Her eyes went to his face and stayed there, dark with apprehension, because whenever they talked about Tanfield something strained between them and was wrenched almost to breaking-point. But today, though he looked serious, he did not frown. He leaned on his hand and said,
“It’s a good price. Most people would say I was a fool if I refused it. But you’re not most people, Lisle – you’re my wife. If I have a son to come after me here, you’ll be his mother. That’s what I want to talk to you about.” His voice changed suddenly and broke. “It’s so difficult to make you understand. And I’ve got a beast of a temper. I get angry, and then I say things, and you get hurt and frightened and we don’t get any farther. But I thought – we might – talk about it – differently. I thought you might – try to understand my point of view.”

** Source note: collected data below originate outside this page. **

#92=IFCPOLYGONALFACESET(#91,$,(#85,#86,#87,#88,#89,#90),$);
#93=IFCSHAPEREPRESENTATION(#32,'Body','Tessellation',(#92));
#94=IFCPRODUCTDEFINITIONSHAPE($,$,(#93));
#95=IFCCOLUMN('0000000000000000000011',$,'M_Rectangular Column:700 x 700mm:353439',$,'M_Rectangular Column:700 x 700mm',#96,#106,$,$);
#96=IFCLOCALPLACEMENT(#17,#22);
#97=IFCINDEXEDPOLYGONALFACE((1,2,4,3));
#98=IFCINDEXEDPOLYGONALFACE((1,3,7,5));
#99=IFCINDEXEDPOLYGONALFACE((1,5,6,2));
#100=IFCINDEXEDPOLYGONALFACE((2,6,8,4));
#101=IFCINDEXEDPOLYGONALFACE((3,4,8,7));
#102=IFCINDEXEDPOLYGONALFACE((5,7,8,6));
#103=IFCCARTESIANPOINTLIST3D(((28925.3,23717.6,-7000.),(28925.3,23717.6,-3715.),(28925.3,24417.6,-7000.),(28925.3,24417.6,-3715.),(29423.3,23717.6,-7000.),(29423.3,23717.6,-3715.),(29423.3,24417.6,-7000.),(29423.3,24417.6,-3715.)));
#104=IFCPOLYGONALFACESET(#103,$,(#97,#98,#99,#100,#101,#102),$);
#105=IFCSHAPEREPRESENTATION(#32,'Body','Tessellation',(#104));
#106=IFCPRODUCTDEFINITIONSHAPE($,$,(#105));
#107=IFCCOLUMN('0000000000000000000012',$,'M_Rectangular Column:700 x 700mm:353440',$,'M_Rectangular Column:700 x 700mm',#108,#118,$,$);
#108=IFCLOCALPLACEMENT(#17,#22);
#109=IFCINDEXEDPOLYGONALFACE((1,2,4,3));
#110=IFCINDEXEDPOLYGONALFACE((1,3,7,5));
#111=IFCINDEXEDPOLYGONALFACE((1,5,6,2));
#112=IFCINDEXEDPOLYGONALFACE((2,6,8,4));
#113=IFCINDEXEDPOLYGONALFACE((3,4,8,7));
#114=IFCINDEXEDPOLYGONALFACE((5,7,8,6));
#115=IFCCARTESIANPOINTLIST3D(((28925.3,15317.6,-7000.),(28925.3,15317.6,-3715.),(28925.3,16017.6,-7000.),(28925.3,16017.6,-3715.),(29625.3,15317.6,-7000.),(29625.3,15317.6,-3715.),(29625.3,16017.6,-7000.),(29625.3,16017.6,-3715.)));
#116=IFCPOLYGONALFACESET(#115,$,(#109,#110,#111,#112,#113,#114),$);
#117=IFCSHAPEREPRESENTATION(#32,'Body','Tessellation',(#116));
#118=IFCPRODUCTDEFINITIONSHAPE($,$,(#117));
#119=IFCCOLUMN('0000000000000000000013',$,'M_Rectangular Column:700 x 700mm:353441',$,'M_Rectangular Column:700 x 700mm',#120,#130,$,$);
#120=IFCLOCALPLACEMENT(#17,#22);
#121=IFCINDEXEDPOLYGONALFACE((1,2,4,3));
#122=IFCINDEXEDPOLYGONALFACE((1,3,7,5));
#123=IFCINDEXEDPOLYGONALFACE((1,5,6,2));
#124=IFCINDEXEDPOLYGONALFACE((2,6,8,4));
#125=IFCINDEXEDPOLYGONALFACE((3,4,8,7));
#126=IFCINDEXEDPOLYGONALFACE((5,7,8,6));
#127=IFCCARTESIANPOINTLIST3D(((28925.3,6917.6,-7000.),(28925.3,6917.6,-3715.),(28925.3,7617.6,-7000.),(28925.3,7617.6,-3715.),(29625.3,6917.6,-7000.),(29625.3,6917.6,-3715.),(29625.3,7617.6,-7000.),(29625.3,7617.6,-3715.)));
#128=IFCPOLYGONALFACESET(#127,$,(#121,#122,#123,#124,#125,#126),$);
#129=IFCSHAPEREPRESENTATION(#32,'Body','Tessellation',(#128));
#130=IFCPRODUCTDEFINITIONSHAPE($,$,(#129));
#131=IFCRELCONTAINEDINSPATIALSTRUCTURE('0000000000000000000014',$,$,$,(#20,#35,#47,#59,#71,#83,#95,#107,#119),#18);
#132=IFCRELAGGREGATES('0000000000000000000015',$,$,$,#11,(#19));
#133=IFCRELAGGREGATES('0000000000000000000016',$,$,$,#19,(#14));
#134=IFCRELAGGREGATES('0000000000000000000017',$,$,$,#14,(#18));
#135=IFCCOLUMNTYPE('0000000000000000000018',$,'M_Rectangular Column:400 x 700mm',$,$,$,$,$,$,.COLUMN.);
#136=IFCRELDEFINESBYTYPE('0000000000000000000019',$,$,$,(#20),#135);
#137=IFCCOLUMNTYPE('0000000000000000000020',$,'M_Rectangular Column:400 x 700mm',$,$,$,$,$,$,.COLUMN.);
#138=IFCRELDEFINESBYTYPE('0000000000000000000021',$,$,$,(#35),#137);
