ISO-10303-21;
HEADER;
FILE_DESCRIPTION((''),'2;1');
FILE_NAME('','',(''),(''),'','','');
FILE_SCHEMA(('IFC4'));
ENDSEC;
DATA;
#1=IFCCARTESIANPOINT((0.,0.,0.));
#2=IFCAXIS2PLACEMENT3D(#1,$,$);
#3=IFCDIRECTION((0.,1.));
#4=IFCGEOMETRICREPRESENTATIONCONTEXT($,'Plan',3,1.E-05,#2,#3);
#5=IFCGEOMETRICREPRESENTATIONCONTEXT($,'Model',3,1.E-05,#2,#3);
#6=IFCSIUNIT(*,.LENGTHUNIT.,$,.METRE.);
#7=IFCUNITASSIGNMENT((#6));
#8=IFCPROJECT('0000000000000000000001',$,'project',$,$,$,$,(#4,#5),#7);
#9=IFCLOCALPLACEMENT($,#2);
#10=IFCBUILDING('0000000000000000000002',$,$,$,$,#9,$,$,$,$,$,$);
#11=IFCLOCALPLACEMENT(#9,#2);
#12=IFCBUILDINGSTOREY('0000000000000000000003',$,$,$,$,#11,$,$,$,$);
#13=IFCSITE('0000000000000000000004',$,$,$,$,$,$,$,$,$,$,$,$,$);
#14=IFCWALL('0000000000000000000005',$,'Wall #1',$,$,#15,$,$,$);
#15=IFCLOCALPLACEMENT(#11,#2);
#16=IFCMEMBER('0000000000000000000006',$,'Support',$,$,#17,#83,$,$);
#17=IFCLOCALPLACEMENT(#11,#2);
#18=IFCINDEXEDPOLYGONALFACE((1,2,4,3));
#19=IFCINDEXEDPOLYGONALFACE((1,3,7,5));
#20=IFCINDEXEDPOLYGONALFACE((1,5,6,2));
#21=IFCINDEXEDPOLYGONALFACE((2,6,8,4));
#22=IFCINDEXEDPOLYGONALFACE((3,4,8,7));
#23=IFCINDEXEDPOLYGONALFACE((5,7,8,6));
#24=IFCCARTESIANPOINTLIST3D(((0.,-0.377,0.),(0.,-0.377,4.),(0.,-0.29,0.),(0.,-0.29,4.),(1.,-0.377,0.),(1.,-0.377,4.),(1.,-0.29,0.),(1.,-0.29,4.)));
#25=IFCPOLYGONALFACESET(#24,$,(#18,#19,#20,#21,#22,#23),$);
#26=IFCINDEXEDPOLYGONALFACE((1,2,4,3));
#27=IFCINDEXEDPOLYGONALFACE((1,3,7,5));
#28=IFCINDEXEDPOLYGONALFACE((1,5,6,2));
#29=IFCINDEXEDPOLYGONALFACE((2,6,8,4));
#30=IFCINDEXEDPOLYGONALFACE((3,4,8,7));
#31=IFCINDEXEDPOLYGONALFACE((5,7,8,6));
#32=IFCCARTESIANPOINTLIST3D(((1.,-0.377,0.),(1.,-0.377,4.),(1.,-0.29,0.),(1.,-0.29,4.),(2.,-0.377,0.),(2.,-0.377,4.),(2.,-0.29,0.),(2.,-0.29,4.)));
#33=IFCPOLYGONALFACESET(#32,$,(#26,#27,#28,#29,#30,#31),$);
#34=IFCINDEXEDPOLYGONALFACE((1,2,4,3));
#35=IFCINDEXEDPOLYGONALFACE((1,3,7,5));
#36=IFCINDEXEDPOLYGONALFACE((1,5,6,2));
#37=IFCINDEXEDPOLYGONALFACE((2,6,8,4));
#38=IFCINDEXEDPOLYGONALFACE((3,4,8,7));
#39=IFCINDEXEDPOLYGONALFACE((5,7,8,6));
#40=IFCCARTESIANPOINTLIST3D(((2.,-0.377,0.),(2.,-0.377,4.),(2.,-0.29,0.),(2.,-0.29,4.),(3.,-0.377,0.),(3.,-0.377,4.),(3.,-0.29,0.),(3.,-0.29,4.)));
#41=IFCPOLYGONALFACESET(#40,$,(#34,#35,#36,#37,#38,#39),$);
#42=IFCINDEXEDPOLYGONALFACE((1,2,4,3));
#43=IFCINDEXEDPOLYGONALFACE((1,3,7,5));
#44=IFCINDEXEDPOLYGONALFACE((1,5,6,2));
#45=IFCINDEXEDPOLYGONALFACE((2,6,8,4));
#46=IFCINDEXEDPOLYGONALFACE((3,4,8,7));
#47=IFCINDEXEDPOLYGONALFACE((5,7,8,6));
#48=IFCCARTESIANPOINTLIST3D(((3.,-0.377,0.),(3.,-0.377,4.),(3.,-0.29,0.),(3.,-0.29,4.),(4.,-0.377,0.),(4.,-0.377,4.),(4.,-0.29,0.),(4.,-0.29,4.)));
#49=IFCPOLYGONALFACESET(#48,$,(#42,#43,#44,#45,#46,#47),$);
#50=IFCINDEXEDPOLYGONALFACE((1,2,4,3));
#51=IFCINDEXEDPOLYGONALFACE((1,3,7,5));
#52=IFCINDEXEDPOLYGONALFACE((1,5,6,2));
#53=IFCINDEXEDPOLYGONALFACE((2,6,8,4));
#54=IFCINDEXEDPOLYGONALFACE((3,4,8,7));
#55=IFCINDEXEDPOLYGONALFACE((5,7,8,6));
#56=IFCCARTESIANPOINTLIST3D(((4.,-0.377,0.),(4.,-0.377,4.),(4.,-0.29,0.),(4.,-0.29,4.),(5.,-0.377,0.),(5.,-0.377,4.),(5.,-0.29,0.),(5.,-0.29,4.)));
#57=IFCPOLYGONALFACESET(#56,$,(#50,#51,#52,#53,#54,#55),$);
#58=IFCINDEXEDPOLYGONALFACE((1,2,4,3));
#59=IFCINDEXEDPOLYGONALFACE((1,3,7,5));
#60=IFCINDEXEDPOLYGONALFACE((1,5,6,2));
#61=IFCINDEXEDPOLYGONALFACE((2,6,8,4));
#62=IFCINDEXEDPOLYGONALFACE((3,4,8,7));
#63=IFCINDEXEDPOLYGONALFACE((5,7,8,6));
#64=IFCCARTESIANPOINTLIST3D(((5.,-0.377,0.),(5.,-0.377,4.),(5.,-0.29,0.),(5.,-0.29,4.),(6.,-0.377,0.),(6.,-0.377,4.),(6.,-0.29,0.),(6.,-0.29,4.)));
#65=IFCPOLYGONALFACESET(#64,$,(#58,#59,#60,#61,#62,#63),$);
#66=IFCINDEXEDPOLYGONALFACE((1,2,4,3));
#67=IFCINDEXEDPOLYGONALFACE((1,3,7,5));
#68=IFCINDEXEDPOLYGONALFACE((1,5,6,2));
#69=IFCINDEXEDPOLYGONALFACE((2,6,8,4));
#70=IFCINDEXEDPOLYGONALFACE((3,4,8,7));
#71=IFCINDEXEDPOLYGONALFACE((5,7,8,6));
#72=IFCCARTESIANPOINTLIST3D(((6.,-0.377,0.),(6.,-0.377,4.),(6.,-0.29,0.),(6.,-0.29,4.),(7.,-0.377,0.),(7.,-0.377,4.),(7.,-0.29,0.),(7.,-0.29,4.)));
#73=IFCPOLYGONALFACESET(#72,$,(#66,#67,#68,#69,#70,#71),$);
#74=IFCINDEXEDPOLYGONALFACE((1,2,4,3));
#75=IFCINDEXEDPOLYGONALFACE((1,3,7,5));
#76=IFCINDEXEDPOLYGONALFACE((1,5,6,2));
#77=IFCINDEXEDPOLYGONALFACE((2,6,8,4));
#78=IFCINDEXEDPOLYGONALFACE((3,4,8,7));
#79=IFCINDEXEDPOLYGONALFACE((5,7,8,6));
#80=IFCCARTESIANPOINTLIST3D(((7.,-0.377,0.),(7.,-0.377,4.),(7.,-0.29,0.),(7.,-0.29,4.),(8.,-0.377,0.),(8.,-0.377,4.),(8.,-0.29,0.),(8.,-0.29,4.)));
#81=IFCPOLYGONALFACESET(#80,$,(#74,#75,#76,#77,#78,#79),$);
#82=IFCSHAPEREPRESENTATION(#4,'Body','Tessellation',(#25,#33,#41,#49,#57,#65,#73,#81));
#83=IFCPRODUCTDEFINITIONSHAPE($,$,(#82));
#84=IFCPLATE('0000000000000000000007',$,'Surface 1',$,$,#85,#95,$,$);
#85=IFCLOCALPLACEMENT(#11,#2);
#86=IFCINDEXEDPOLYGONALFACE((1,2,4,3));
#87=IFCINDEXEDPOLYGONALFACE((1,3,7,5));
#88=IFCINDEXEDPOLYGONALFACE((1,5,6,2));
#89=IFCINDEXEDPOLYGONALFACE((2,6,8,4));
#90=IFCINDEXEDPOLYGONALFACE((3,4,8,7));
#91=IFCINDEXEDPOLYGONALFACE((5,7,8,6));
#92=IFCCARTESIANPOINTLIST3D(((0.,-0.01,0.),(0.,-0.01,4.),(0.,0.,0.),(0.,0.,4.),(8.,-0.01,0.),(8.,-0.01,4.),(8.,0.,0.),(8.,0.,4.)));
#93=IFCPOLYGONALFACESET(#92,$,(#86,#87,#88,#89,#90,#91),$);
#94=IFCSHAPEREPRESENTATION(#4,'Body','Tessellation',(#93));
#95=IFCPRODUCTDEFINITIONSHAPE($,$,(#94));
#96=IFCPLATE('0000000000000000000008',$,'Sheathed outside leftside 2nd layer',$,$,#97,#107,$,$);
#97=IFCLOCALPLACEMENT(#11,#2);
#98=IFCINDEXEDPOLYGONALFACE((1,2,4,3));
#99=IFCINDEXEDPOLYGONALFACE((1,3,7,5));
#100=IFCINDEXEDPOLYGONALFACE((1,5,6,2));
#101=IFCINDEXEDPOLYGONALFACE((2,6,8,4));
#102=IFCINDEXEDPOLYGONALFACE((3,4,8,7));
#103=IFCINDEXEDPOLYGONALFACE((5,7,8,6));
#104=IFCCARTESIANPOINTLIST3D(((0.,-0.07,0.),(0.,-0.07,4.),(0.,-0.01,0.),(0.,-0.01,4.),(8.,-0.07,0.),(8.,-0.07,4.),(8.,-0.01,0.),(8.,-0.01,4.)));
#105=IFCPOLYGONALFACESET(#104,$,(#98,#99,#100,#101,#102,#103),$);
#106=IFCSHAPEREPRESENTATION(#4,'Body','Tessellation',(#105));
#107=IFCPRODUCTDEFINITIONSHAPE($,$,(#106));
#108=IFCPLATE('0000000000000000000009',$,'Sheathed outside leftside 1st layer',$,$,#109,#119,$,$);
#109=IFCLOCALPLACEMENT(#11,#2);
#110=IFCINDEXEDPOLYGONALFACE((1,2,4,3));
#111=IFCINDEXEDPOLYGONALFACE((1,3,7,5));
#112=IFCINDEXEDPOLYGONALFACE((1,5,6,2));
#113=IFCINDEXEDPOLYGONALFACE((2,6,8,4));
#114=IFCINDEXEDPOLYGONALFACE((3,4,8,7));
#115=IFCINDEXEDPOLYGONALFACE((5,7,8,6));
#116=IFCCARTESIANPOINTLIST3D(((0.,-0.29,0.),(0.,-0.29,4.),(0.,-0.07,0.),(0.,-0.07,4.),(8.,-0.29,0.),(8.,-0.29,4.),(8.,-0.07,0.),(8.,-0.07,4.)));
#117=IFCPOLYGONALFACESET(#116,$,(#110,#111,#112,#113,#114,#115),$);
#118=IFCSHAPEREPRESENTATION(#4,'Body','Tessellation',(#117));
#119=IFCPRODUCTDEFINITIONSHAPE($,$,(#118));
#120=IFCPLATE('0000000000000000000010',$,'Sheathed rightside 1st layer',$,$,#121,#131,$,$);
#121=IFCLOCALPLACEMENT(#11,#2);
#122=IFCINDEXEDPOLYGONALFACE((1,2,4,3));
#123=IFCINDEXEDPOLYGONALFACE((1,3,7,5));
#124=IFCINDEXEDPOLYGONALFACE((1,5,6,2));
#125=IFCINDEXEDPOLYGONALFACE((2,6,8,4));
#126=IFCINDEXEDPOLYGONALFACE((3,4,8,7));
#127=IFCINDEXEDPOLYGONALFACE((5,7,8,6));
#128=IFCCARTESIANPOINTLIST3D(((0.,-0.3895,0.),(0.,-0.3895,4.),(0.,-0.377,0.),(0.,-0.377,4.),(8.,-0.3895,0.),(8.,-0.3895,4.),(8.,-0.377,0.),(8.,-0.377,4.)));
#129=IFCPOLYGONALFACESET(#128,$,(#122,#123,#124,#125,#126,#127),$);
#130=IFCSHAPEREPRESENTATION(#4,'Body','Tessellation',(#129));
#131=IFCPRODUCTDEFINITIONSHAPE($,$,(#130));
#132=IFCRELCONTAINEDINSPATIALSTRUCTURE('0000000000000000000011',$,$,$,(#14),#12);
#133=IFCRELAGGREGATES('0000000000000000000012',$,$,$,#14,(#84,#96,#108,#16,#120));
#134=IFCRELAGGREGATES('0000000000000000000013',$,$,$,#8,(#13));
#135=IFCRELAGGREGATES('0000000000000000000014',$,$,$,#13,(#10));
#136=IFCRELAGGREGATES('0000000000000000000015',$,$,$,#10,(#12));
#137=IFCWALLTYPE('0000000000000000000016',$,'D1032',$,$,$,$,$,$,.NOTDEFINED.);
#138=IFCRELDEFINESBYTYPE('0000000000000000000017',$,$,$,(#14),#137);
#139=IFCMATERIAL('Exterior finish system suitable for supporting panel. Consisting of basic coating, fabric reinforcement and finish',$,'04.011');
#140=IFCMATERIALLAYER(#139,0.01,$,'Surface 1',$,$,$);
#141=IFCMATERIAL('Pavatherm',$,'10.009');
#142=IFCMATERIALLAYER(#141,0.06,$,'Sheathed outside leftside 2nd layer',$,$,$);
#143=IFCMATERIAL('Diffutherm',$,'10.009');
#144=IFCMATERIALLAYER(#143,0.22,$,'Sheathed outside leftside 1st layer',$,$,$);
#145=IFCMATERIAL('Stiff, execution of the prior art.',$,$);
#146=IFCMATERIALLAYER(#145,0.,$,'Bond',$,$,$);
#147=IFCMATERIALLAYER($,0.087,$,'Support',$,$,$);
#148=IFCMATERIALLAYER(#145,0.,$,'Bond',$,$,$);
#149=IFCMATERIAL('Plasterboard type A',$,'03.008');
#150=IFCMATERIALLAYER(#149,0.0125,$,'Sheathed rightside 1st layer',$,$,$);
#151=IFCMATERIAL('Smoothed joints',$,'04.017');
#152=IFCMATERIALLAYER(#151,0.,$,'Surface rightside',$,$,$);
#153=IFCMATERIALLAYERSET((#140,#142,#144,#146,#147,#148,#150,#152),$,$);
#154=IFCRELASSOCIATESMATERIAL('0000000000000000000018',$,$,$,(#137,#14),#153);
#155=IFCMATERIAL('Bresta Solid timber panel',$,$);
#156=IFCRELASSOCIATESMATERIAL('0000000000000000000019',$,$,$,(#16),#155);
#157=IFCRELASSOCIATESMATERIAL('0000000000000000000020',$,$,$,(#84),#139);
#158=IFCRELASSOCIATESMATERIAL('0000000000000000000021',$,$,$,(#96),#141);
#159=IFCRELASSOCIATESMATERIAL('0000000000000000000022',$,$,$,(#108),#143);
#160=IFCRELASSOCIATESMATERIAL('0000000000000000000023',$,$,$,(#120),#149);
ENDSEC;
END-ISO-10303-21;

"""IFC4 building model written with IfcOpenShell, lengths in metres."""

from ifc_helpers import new_model, si_unit, direction, frame, frame_2d, origin, origin_with_axes, place, context, project, spatial, rectangle, extrude, material, layer, layer_set, type_object, element, aggregate, save


model = new_model("IFC4")

# Units and contexts
plan_context = context("Plan", 3, precision=1e-05, world=origin(), true_north=direction((0.0, 1.0)))
model_context = context("Model", 3, precision=1e-05, world=origin(), true_north=direction((0.0, 1.0)))
ifc_project = project(units=[si_unit("LENGTHUNIT", "METRE")], contexts=[plan_context, model_context])

# Site, building, storey
site = spatial("IfcSite", under=ifc_project)
building_placement = place(None, origin())
building = spatial("IfcBuilding", under=site, at=building_placement)
storey_placement = place(building_placement, origin())
storey = spatial("IfcBuildingStorey", under=building, at=storey_placement)

# Wall, member, plates
ifc_material_1 = material(Name="Exterior finish system suitable for supporting panel. Consisting of basic coating, fabric reinforcement and finish", Category="04.011")
ifc_layer_1 = layer(ifc_material_1, 0.01, Name="Surface 1")
ifc_material_2 = material(Name="Pavatherm", Category="10.009")
ifc_layer_2 = layer(ifc_material_2, 0.06, Name="Sheathed outside leftside 2nd layer")
ifc_material_3 = material(Name="Diffutherm", Category="10.009")
ifc_layer_3 = layer(ifc_material_3, 0.22, Name="Sheathed outside leftside 1st layer")
ifc_material_4 = material(Name="Stiff, execution of the prior art.")
ifc_layer_4 = layer(ifc_material_4, 0.0, Name="Bond")
ifc_layer_5 = layer(None, 0.087, Name="Support")
ifc_layer_6 = layer(ifc_material_4, 0.0, Name="Bond")
ifc_material_5 = material(Name="Plasterboard type A", Category="03.008")
ifc_layer_7 = layer(ifc_material_5, 0.0125, Name="Sheathed rightside 1st layer")
ifc_material_6 = material(Name="Smoothed joints", Category="04.017")
ifc_layer_8 = layer(ifc_material_6, 0.0, Name="Surface rightside")
ifc_layer_set = layer_set([ifc_layer_1, ifc_layer_2, ifc_layer_3, ifc_layer_4, ifc_layer_5, ifc_layer_6, ifc_layer_7, ifc_layer_8])
wall_type = type_object("IfcWallType", Name="D1032", PredefinedType="NOTDEFINED", material=ifc_layer_set)
wall_placement = place(None, frame((0.0, 0.0, 0.0), z_axis=(0.0, -1.0, 0.0), x_axis=(1.0, 0.0, 0.0)))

He saw the colour go out of her face. It drained away and left the fair skin white. She said in an almost soundless whisper,
“I’ll try.”
He sat up, looking away from her.
“You don’t like Tanfield – you’ve made that quite plain. No, no, that’s all wrong – that’s not how I meant to begin. It’s so damned hard to make you see, and when I try to get hold of words that will show you how I feel, they’re the wrong ones.” He turned back to her again. “Lisle, help me by trying to understand.”
She said, “Yes – yes -”
“Then it’s this way. When you’ve had a place as long as we’ve had Tanfield, it doesn’t belong to you. It’s like your country – you belong to it – it comes first. Look at all the pictures in the long gallery. Those people have all lived here, had their time here. Most of them have added something in their time. And they’re gone – the whole lot of them. But Tanfield is here, and Tanfield is going to be here when we’re gone, and if we have sons, Tanfield will go on being here after their time too. Don’t you see what I mean? It doesn’t matter about us, and it doesn’t matter about our children. We shall go, and they’ll go, but Tanfield will go on.”
His eye had kindled and the colour had come to his cheek.
Lisle gazed at him with a sort of paralysed horror. He had said, “Try to understand,” and she had said, “I’ll try.” But she didn’t have to try. It was easy enough to understand, and the more she understood of it, the more it horrified her. People, human lives, herself and Dale, their children – all of no account in comparison with a great soulless barrack of a house, made uglier and more expensive by the successive sacrifices of each generation. It was a point of view, and she could understand it well enough, but it seemed to her quite mad, quite horrible.
Dale got up, walked to the window, and came back again. He hadn’t moved her – he could see that he hadn’t moved her. No colour, no response – her eyes watching him.
She said only just above her breath,
“There isn’t anything I can do.”
He flung himself down beside her.
“Not while you feel like that. Oh, Lisle darling, can’t you see? It’s no good going to Mr. Robson unless you feel different. I know you’ve asked him to let you put some of your capital into keeping Tanfield, and if you ask him a hundred times, he’ll still say no, because he can see that you don’t really mean it. If you felt differently, he’d let you do it. It’s because he knows you hate Tanfield that he won’t help you to save it.”